A potential breach of health data occurred at MidMichigan Medical Center (MMC) in Alpena. On November 18, 2017, a MMC cardiologist, Dr. Christopher Walls, took out patient files from the cardiology office without proper authorization. He put the files in his vehicle and drove away. While on 12th Avenue Chisholm Street, the storage container dropped because it was not secured properly. The contents spilled on the ground and then the wind started blowing the documents round the street.
Some people picked up the documents and notified the hospital regarding the documents containing sensitive personal info scattered in the street. The hospital called for help from law enforcement to collect all the documents.

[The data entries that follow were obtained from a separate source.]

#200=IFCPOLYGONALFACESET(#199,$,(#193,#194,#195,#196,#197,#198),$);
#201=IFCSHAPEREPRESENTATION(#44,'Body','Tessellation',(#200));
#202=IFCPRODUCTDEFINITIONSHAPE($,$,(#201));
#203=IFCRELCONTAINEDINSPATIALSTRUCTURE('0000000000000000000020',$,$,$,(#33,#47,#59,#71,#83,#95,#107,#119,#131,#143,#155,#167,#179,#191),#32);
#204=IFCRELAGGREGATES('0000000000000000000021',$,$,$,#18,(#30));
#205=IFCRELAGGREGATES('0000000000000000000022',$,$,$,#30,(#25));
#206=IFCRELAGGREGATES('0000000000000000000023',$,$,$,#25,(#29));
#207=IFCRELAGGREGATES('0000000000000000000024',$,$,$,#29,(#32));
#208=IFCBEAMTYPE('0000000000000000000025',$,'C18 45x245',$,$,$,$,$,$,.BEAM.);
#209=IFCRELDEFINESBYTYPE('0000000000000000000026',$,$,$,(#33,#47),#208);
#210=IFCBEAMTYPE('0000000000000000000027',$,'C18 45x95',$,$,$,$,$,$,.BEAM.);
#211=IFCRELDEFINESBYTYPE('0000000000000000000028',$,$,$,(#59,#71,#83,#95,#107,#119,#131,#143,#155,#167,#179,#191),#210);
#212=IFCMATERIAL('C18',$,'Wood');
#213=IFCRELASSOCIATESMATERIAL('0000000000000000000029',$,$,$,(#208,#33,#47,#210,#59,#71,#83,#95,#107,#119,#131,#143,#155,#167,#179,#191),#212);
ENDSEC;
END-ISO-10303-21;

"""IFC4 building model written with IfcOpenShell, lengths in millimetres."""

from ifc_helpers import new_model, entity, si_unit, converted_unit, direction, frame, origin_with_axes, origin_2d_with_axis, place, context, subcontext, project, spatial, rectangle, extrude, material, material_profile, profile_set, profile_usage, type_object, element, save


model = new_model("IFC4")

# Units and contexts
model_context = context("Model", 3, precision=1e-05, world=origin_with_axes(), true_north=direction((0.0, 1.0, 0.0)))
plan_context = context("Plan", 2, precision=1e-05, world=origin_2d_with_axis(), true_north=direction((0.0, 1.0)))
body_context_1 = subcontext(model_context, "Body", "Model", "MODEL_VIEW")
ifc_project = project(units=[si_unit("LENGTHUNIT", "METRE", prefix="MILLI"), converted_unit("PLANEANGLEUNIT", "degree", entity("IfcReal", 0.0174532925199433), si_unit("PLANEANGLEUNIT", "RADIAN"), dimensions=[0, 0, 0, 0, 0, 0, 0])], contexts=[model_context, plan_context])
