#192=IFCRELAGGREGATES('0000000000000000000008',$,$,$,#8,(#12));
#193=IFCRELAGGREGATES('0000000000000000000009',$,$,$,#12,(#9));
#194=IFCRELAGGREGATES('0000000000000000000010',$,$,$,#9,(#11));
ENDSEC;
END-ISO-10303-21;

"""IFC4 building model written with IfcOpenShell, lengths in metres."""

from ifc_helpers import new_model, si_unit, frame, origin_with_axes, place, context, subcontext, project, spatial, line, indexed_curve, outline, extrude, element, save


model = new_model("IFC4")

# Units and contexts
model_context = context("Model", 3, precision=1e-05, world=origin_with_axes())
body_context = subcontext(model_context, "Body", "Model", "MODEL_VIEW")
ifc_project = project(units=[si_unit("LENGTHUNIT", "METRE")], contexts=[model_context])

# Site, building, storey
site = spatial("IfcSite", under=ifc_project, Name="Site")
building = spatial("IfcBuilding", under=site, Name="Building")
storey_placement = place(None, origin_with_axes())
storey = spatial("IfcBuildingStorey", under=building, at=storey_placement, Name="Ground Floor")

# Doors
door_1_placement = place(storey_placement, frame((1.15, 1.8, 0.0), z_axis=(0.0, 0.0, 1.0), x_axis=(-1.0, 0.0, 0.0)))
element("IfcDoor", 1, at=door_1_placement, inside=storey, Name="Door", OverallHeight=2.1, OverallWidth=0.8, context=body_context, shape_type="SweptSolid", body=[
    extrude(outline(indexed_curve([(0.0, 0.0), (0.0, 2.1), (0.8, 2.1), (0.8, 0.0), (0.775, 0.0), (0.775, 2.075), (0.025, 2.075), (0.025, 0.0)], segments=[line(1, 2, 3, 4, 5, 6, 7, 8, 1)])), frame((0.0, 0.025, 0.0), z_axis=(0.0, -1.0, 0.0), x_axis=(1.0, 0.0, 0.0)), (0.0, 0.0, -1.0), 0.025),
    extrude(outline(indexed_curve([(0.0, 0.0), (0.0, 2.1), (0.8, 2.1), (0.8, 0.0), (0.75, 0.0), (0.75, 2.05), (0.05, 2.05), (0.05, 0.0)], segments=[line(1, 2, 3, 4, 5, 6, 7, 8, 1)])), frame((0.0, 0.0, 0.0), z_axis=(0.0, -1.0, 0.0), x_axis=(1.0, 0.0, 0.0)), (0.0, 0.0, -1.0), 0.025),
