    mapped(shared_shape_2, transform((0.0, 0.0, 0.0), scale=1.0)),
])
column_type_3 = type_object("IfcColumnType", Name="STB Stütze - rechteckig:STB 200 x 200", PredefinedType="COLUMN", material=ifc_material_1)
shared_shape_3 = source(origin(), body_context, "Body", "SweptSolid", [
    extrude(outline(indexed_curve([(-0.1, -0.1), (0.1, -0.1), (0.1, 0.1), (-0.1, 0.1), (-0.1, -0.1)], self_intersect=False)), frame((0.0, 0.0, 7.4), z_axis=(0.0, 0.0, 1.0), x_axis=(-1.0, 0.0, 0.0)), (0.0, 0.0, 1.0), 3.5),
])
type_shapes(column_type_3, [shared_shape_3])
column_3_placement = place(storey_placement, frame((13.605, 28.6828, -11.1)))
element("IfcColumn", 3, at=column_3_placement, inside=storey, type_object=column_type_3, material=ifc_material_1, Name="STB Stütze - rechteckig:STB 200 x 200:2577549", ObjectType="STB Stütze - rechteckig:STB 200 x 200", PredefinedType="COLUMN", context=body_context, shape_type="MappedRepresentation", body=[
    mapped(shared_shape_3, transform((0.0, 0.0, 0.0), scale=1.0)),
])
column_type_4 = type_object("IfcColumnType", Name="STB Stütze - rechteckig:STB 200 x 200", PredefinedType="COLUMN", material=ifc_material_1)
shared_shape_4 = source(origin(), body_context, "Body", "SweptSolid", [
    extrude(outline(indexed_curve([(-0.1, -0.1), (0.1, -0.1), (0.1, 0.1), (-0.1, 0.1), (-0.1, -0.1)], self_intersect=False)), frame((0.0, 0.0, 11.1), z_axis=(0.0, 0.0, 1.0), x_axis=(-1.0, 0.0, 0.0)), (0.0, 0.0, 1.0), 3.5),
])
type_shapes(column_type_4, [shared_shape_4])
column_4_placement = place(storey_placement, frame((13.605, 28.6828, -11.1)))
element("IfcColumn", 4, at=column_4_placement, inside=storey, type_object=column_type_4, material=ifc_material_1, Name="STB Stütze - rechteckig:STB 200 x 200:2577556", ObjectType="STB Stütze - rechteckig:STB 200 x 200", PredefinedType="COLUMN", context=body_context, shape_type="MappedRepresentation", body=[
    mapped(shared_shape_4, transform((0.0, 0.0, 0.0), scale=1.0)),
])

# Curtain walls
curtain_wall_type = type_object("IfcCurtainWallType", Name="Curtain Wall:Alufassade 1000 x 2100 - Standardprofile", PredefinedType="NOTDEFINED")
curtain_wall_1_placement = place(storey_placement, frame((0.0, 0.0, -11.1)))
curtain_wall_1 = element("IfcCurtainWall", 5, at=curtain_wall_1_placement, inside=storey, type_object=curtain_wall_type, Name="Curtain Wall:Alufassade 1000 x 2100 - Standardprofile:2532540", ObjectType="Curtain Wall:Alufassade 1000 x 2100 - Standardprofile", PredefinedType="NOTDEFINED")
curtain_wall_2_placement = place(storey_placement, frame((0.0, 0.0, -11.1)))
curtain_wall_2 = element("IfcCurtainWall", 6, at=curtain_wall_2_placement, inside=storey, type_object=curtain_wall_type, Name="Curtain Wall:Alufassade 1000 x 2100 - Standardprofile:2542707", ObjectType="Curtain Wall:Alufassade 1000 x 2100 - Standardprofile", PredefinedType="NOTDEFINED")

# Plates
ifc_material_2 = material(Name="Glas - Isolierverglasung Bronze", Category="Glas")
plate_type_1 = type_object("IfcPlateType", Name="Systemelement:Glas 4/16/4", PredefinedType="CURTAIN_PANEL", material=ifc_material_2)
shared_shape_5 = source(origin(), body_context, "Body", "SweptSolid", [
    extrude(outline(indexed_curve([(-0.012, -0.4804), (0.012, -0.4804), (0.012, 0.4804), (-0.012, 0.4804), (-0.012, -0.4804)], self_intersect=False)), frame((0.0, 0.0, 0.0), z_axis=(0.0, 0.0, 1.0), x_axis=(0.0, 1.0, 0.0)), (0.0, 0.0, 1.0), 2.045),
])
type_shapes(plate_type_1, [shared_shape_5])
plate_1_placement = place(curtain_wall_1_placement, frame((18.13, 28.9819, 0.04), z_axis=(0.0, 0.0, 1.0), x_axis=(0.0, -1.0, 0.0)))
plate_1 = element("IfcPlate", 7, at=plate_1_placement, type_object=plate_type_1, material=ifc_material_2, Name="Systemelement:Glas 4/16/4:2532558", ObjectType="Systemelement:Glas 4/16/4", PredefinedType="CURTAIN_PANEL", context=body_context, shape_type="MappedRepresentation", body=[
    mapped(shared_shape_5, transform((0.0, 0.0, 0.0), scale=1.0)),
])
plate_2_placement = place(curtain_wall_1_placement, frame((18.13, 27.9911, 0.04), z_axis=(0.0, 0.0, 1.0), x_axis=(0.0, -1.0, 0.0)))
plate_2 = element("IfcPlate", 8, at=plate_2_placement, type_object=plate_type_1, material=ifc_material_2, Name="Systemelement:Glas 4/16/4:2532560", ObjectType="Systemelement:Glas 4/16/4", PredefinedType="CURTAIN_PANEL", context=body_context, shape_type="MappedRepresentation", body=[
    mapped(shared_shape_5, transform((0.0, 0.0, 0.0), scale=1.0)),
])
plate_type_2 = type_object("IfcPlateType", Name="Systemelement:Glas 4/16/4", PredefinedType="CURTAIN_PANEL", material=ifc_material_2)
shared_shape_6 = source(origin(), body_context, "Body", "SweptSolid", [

After the incident, Dr. Richard Bates, VP of Medical Affairs at MMC, announced that all documents are believed to have been retrieved, so there’s little risk to patients. Still, about 1,900 patients received notification of the potential breach because it’s not confirmed that all documents had been recovered. Information that was stolen included names, addresses, Social Security numbers and clinical data. The affected patients were also offered free identity theft protection services.
It is unknown why Dr. Christopher Walls took the files from the office. But for doing so, he violated hospital policies and so MMC considered him no longer working at MMC. Dr. Richard Bates also stated that their patients’ privacy is important to them and they take the responsibility to protect them seriously. The hospital has processes and procedures in place to identify breaches and protect patients’ PHI.